Most existing electrocardiogram (ECG) feature extraction methods rely on rule-based approaches. It is difficult to manually define all ECG features. We propose an unsupervised feature learning method using an autoencoder and variational autoencoder (VAE) that can extract ECG features with unlabeled data.
Autoencoder was trained using over 2,000,000 ECG samples from 26,481 patients and VAE was trained using 596,000 ECG samples from 1,278 patients, respectively.
Two external datasets, which were, Shaoxing and MIT-BIH dataset, were used for feature validation using two approaches. First, we explored the features without an additional training process. Clustering, latent space exploration, and anomaly detection were conducted. We confirmed that ECG features from models reflected the various types of ECG rhythms. Second, we applied ECG features to new tasks as input data and model’s encoder weights to weight initialization for different models as transfer learning for the classification of 12 types of arrhythmias. For evaluation of autoencoder, features, transfer learning and clustering were applied. For evaluation of VAE, two more methods, which are anomaly detection and latent space exploration, were applied including transfer learning and clustering.

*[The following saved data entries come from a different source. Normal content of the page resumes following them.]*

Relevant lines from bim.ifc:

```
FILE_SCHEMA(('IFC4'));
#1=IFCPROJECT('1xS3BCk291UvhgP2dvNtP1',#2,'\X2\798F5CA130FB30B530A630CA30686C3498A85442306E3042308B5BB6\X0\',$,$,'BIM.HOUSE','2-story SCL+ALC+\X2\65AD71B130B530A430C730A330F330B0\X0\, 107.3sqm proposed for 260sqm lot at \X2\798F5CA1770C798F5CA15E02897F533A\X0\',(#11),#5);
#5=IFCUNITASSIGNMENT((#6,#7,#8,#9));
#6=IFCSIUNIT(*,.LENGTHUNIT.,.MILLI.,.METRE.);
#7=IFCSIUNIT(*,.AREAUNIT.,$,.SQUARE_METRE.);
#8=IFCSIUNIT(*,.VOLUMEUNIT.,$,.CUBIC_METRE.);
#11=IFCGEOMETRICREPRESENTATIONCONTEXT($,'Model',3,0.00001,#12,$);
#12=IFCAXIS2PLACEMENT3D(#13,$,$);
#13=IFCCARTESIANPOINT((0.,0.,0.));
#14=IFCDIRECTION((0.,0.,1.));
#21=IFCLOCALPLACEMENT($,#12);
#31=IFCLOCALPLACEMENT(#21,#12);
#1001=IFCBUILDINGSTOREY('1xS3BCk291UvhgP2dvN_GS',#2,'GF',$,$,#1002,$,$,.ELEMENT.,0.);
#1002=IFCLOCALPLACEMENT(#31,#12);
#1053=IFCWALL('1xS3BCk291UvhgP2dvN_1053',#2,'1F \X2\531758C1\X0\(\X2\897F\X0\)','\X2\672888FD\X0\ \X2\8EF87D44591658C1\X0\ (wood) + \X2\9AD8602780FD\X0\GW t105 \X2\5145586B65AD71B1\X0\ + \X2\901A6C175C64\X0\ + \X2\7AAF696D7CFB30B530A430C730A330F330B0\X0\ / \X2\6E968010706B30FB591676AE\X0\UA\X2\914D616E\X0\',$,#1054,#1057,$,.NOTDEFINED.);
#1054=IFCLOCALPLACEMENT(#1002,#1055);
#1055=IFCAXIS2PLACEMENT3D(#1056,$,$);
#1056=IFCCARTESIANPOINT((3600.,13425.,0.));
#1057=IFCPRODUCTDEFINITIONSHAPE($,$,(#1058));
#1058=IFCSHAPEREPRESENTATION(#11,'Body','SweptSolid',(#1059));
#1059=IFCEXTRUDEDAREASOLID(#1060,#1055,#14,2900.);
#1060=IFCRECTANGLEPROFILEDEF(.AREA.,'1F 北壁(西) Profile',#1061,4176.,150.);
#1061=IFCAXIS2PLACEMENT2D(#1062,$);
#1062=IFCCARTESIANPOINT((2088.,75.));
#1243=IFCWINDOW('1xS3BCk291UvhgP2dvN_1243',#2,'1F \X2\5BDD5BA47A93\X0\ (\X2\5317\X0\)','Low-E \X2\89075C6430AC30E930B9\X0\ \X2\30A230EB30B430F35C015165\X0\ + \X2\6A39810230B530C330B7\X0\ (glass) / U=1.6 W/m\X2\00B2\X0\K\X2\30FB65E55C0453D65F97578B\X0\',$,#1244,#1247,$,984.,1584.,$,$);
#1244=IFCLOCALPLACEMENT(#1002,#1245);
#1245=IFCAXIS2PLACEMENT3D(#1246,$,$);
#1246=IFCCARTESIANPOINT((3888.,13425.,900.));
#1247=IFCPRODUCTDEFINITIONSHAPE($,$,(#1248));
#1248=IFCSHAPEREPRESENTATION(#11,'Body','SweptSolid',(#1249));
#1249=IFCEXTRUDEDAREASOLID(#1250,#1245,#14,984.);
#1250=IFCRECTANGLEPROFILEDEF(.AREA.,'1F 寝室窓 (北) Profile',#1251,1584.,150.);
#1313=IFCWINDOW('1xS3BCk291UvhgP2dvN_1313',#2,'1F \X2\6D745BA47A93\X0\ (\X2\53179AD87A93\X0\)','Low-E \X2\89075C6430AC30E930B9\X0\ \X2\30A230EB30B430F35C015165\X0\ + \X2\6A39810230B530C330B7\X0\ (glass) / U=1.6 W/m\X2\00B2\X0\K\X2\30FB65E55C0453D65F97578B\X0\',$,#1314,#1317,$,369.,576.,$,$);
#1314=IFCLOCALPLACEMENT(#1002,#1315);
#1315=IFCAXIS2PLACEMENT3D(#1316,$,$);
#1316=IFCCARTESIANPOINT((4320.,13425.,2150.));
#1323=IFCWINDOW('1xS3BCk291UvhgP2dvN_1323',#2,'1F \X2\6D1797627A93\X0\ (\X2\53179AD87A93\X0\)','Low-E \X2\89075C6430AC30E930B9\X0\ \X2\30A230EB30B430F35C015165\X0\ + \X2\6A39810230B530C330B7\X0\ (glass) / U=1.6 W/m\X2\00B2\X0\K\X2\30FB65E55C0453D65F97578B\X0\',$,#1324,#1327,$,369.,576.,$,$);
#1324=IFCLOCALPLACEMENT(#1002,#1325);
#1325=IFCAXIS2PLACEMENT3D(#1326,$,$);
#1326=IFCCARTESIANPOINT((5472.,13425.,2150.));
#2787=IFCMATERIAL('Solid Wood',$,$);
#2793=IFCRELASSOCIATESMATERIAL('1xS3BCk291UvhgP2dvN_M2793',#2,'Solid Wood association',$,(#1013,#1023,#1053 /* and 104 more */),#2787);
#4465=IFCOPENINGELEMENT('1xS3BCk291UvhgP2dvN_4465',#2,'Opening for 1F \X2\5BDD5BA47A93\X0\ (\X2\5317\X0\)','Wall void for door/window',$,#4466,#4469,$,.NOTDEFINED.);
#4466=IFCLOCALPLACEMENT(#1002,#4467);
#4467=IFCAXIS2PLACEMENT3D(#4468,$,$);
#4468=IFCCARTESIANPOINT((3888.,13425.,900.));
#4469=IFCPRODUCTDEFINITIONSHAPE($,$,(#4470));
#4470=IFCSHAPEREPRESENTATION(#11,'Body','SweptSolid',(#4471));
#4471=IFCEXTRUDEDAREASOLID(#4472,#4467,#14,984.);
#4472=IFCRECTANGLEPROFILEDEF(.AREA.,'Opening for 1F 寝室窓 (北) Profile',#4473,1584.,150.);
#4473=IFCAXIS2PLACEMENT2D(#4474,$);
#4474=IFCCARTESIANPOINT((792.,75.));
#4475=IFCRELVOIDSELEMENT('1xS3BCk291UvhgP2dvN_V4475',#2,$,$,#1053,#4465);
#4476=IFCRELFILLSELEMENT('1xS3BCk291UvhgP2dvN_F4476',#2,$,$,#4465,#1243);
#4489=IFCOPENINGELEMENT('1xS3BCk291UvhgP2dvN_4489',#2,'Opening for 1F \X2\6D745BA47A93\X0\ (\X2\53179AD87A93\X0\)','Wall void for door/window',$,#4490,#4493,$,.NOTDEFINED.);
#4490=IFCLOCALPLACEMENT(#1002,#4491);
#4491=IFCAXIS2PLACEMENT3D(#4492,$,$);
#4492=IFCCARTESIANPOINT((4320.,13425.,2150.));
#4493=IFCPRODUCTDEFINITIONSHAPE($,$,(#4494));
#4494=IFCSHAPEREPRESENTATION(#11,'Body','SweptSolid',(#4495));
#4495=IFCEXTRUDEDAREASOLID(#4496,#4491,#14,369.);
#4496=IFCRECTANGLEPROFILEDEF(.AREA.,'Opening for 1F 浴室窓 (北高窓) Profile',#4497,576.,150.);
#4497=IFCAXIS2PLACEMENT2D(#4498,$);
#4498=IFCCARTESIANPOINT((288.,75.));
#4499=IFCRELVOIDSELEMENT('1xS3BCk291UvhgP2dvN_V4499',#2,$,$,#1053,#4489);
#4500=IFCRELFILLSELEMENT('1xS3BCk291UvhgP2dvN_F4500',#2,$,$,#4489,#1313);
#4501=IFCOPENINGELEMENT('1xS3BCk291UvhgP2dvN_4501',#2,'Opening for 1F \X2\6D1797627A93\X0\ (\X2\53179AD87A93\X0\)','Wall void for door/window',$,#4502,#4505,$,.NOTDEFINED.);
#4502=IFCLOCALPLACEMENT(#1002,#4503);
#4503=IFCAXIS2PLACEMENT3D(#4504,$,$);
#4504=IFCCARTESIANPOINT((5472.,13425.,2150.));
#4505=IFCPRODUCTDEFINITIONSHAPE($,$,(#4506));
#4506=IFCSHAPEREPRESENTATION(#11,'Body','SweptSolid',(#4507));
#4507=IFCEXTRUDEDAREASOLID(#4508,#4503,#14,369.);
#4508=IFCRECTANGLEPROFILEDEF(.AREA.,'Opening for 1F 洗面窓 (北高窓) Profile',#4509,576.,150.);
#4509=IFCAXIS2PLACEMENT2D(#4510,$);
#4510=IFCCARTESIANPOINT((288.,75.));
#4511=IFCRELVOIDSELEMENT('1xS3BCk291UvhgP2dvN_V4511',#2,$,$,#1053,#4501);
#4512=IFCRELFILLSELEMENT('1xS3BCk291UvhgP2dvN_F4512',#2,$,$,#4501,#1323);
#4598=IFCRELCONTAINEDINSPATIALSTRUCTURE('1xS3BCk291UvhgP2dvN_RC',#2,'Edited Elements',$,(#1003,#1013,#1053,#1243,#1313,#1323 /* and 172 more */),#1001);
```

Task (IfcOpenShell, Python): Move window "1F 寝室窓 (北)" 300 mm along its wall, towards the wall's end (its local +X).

```python
import ifcopenshell
import ifcopenshell.api.geometry
import ifcopenshell.util.placement

model = ifcopenshell.open("bim.ifc")

window = model.by_id(1243)
opening = window.FillsVoids[0].RelatingOpeningElement
wall = opening.VoidsElements[0].RelatingBuildingElement

wall_matrix = ifcopenshell.util.placement.get_local_placement(wall.ObjectPlacement)
shift = wall_matrix[:3, 0] * 300.0
before = ifcopenshell.util.placement.get_local_placement(window.ObjectPlacement)[:3, 3].copy()

# The window is not placed relative to its opening, so move both.
for product in (opening, window):
    matrix = ifcopenshell.util.placement.get_local_placement(product.ObjectPlacement)
    matrix[:3, 3] += shift
    ifcopenshell.api.geometry.edit_object_placement(model, product=product, matrix=matrix, is_si=False)

after = ifcopenshell.util.placement.get_local_placement(window.ObjectPlacement)[:3, 3]
print("window moved by", (after - before).round(3) + 0.0)

model.write("bim_v2.ifc")
```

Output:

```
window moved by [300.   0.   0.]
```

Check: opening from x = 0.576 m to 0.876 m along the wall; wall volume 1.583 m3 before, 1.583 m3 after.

In experiments of transfer learning using features from unsupervised model, the performance of arrhythmia classification was improved when weight initialization was applied. The f1-score for arrhythmia classification with XGBoost were 0.85, 0.86 using autoencoder and VAE features only, respectively. We confirmed that features from models can be clustered reflecting its characteristics. Moreover, in additional experiments for VAE, we found that its features implied anomality of ECG and its feature space imply clinical meaning for ECG.
We confirmed that unsupervised feature learning can extract the characteristics of various types of ECGs and can be an alternative to the feature extraction method for ECGs.